1.                     Approves the Purchase and Sale Agreement by and between the Community Development Authority of the City of West Allis and UHS of Delaware, Inc.\Milwaukee Behavioral Health, LLC, its successors and/or assigns, for new construction of a behavioral health hospital to be located at 1706 S. 68 St. and adjacent commercial parking lot at 17** S. 68 St., pursuant to section 66.1333(9)(a)1.d., Wis.
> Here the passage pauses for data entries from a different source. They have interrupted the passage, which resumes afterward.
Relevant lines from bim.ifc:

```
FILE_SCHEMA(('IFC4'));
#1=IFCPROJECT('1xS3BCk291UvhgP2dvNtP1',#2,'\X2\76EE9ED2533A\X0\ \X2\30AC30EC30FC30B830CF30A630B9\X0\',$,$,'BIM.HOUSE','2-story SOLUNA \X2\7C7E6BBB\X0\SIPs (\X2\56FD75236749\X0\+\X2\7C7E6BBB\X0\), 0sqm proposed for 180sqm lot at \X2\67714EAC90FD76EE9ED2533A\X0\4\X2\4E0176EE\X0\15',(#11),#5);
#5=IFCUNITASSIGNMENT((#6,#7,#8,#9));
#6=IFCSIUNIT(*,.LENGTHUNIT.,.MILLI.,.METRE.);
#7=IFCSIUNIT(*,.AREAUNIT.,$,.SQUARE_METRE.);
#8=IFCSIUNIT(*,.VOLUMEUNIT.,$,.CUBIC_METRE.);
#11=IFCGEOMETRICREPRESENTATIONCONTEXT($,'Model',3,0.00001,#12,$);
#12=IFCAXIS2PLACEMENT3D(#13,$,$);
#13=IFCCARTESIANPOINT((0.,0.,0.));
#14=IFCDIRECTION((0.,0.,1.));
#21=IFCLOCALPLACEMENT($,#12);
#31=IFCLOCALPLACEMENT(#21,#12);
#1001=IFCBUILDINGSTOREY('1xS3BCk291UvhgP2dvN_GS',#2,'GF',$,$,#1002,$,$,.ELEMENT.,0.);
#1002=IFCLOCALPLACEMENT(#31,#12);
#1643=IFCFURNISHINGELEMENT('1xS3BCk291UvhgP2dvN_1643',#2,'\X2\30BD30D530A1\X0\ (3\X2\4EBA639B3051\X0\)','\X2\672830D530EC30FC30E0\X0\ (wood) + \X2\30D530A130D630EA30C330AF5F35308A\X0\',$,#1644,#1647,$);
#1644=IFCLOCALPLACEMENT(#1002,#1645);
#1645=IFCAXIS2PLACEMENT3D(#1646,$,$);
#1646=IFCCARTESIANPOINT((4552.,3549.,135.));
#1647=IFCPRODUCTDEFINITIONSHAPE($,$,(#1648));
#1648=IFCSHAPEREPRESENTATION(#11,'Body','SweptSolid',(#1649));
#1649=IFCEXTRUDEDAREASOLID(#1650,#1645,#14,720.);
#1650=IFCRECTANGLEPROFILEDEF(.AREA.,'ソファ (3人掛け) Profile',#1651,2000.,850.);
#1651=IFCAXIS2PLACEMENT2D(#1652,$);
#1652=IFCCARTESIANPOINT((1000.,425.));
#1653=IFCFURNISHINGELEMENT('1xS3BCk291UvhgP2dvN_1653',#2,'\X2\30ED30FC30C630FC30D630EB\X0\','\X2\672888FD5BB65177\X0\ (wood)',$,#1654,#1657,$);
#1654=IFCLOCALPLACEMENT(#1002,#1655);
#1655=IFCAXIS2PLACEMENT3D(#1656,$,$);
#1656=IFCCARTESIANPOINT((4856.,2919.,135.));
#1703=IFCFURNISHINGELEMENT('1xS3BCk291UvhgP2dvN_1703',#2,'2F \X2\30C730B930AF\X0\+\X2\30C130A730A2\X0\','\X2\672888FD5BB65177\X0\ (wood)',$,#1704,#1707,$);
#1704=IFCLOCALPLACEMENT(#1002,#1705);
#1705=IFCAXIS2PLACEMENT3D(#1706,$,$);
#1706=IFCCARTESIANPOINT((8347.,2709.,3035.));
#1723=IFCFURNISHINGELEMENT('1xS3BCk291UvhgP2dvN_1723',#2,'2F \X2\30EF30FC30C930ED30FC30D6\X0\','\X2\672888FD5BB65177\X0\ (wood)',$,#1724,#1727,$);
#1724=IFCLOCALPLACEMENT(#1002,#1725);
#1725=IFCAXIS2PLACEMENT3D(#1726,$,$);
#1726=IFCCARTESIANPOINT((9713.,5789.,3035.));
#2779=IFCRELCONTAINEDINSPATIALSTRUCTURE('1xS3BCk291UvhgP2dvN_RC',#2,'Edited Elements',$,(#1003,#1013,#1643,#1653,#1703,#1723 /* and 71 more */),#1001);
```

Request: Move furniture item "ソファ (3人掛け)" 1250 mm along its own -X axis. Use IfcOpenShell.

```python
import ifcopenshell
import ifcopenshell.api.geometry
import ifcopenshell.util.placement
import ifcopenshell.util.unit

model = ifcopenshell.open("bim.ifc")
unit_scale = ifcopenshell.util.unit.calculate_unit_scale(model)

item = model.by_guid("1xS3BCk291UvhgP2dvN_1643")
matrix = ifcopenshell.util.placement.get_local_placement(item.ObjectPlacement)
matrix[:3, 3] -= matrix[:3, 0] * 1.25 / unit_scale
ifcopenshell.api.geometry.edit_object_placement(model, product=item, matrix=matrix, is_si=False)

print(ifcopenshell.util.placement.get_local_placement(item.ObjectPlacement).round(3) + 0.0)

model.write("bim_v2.ifc")
```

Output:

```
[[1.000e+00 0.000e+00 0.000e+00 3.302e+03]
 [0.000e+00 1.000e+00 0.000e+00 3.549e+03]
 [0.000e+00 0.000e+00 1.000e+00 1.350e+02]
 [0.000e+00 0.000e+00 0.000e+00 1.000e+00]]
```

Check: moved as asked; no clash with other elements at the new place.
Stat.

 

2.                     That the Executive Director of the Authority, or his designee, with the approval of the City Attorney, or his designee, and subject to Common Council approval, is hereby authorized and directed to take any and all other actions on behalf of the Authority which he deems necessary or desirable in connection with the aforementioned sale of public land, including, without limitation, negotiating, executing, delivering and performing obligations under any and all documents in connection therewith including, without limitation, the sale of land, loan commitments, loan agreements, mortgages, notes, guaranties, security agreements, escrow agreements, certificates, affidavits, assignment agreements, pledges, disbursing agreements, subordination agreements, environmental agreements, indemnification agreements, land use restriction agreements, certified survey maps, easements, operating reserve agreements, replacement reserve agreements, working capital agreements, grant agreements and financing statements.

 

3.        That the Executive Director, or his designee, with the approval of the City Attorney, or his designee, be and is hereby authorized to make such non-substantive changes, modifications, additions and deletions to and from the various provisions of any and all loan commitments, the sale of land, loan agreements, mortgages, notes, guaranties, security agreements, escrow agreements, certificates, affidavits, assignment agreements, pledges, disbursing agreements, subordination agreements, environmental agreements, indemnification agreements, land use restriction agreements, certified survey maps, easements, operating reserve agreements, replacement reserve agreements, working capital agreements, grant agreements and financing statements, development agreements, property management agreements, consulting agreements, escrow agreements, certificates, affidavits, reimbursement agreements, assignment agreements, attachments, exhibits, addendums, amendments and/or any other documents as may be necessary, proper and convenient to correct inconsistencies, eliminate ambiguity, and otherwise clarify and supplement said provisions to preserve and maintain the general intent thereof, and to prepare and deliver such other and further documents as may be reasonably necessary to complete the transactions contemplated therein. 

 

4.                     That the Executive Director, or his designee, with the approval of the City Attorney, or his designee, is hereby authorized and directed to take any and all other actions deemed necessary or desirable by him to effectuate the intent of the project.

 

BE IT FURTHER RESOLVED, that the Executive Director, or his designee, be and is hereby authorized and directed to execute and deliver the aforesaid Purchase and Sale Agreement, and sale of public land on behalf of the Community Development Authority of the City of West Allis.